S2k-Leitlinie stärkt interdisziplinäre Versorgung
Die Behandlung des polyzystischen Ovarialsyndroms erfordert einen multimodalen, individuell abgestimmten Therapieansatz. Im Zentrum stehen Lebensstilmaßnahmen wie regelmäßige körperliche Aktivität, gesunde Ernährung und – bei Übergewicht – eine gezielte Gewichtsreduktion. Diese Basisinterventionen bilden die Grundlage jeder weiteren Therapie und sollten Patientinnen zunächst dort unterstützen, wo sie selbst Einfluss nehmen können. Je nach klinischem Erscheinungsbild und bestehendem Kinderwunsch lassen sich Lebensstiländerungen durch medikamentöse Optionen ergänzen, etwa mit oralen Kontrazeptiva, Metformin oder antiandrogen wirkenden Substanzen. Die Leitlinie betont dabei ausdrücklich die Bedeutung einer fachübergreifenden Zusammenarbeit. Nur ein Team aus Endokrinologie, Gynäkologie, Diabetologie und Psychologie kann die komplexe Symptomatik ganzheitlich adressieren und Folgekomplikationen vorbeugen.
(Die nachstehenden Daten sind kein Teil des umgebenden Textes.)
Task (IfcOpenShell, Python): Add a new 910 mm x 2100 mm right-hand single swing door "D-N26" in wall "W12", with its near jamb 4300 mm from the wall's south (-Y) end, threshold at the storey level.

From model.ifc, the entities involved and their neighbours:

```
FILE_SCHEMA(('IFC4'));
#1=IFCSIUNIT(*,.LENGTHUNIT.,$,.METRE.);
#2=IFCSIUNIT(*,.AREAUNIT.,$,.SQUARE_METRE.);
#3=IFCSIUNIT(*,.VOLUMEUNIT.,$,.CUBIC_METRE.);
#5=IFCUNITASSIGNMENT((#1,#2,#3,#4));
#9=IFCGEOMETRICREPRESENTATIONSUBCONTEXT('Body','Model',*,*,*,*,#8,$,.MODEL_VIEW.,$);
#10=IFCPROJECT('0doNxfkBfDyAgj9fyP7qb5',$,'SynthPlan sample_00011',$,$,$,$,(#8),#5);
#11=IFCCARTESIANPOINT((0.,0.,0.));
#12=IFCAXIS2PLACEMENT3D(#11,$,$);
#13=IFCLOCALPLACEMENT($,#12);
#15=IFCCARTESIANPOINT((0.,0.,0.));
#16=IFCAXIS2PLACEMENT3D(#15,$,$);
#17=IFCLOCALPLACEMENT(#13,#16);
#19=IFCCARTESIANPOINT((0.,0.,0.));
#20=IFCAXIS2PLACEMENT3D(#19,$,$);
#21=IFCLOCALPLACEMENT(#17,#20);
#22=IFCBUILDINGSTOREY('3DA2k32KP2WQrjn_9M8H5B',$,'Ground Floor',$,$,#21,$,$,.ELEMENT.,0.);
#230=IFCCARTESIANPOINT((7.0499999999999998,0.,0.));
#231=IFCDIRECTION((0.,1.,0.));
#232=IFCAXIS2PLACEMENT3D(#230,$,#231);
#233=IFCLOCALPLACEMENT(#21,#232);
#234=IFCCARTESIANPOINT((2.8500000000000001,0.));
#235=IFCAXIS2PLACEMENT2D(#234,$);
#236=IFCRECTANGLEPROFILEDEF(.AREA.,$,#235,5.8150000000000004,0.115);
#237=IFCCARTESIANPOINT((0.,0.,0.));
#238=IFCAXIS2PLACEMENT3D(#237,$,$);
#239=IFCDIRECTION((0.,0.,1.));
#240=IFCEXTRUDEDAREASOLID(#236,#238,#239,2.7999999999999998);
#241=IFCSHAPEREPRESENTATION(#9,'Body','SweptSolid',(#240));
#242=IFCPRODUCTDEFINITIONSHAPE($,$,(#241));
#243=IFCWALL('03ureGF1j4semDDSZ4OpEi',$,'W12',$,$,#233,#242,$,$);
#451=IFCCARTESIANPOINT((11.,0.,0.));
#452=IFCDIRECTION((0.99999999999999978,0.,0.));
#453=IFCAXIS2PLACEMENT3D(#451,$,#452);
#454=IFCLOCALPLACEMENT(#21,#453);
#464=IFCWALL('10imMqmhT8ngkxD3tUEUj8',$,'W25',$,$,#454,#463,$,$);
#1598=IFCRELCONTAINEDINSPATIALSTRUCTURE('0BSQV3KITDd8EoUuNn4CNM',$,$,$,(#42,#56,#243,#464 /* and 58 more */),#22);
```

```python
import numpy as np
import ifcopenshell
import ifcopenshell.api.feature
import ifcopenshell.api.geometry
import ifcopenshell.api.root
import ifcopenshell.api.spatial
import ifcopenshell.geom
import ifcopenshell.util.element
import ifcopenshell.util.placement
import ifcopenshell.util.representation
import ifcopenshell.util.shape
import ifcopenshell.util.unit

model = ifcopenshell.open("model.ifc")
unit_scale = ifcopenshell.util.unit.calculate_unit_scale(model)
settings = ifcopenshell.geom.settings()


def volume(element):
    """Net volume in cubic metres, openings subtracted."""
    shape = ifcopenshell.geom.create_shape(settings, element)
    return ifcopenshell.util.shape.get_volume(shape.geometry)


wall = model.by_guid("03ureGF1j4semDDSZ4OpEi")
storey = ifcopenshell.util.element.get_container(wall, ifc_class="IfcBuildingStorey")
context = ifcopenshell.util.representation.get_context(model, "Model", "Body", "MODEL_VIEW")
before = volume(wall)

width, height, from_end, sill = 0.91, 2.1, 4.3, 0.0  # metres

# The wall runs along its own X axis, and the end named is its -X end.
wall_shape = ifcopenshell.geom.create_shape(settings, wall)
x, y, z = ifcopenshell.util.shape.get_vertices(wall_shape.geometry).T
start = x.min() + from_end
face, thickness = float(y.min()), float(y.max() - y.min())
wall_matrix = ifcopenshell.util.placement.get_local_placement(wall.ObjectPlacement)
level = ifcopenshell.util.placement.get_local_placement(storey.ObjectPlacement)[2, 3]


def in_wall(x, y):
    """Placement at x, y metres in the wall's axes, at sill height."""
    matrix = wall_matrix.copy()
    matrix[:, 3] = wall_matrix @ np.array([x / unit_scale, y / unit_scale, 0.0, 1.0])
    matrix[2, 3] = level + sill / unit_scale
    return matrix


# Opening: a box that overshoots both wall faces by 50 mm.
opening = ifcopenshell.api.root.create_entity(model, ifc_class="IfcOpeningElement", predefined_type="OPENING")
box = ifcopenshell.api.geometry.add_wall_representation(
    model, context=context, length=width, height=height, thickness=thickness + 0.1
)
ifcopenshell.api.geometry.assign_representation(model, product=opening, representation=box)
ifcopenshell.api.geometry.edit_object_placement(model, product=opening, matrix=in_wall(start, face - 0.05), is_si=False)
ifcopenshell.api.feature.add_feature(model, feature=opening, element=wall)

door = ifcopenshell.api.root.create_entity(model, ifc_class="IfcDoor", name="D-N26", predefined_type="DOOR")
door.OverallWidth, door.OverallHeight = width / unit_scale, height / unit_scale
door.OperationType = "SINGLE_SWING_RIGHT"
body = ifcopenshell.api.geometry.add_door_representation(
    model,
    context=context,
    overall_width=door.OverallWidth,
    overall_height=door.OverallHeight,
    operation_type="SINGLE_SWING_RIGHT",
    lining_properties={"LiningDepth": thickness / unit_scale, "ThresholdDepth": thickness / unit_scale},
)
ifcopenshell.api.geometry.assign_representation(model, product=door, representation=body)
ifcopenshell.api.spatial.assign_container(model, products=[door], relating_structure=storey)
ifcopenshell.api.feature.add_filling(model, opening=opening, element=door)

# The lining spans the wall, so the door starts at the wall face.
ifcopenshell.api.geometry.edit_object_placement(model, product=door, matrix=in_wall(start, face), is_si=False)

after = volume(wall)

print(f"wall volume {before:.3f} -> {after:.3f} m3")

model.write("model_updated.ifc")
```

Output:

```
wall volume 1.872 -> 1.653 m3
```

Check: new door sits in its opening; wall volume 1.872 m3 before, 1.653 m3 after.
Mit der neuen S2k-Leitlinie steht Ärzt:innen eine evidenzbasierte, praxisnahe Orientierungshilfe zur Verfügung. Auch Angehörige anderer Gesundheitsberufe und Patient:innen selbst profitieren von einem strukturierten und aktuellen Wissensstand. Eine ergänzende Patientenleitlinie ist bereits in Vorbereitung und soll im Laufe des Jahres veröffentlicht werden.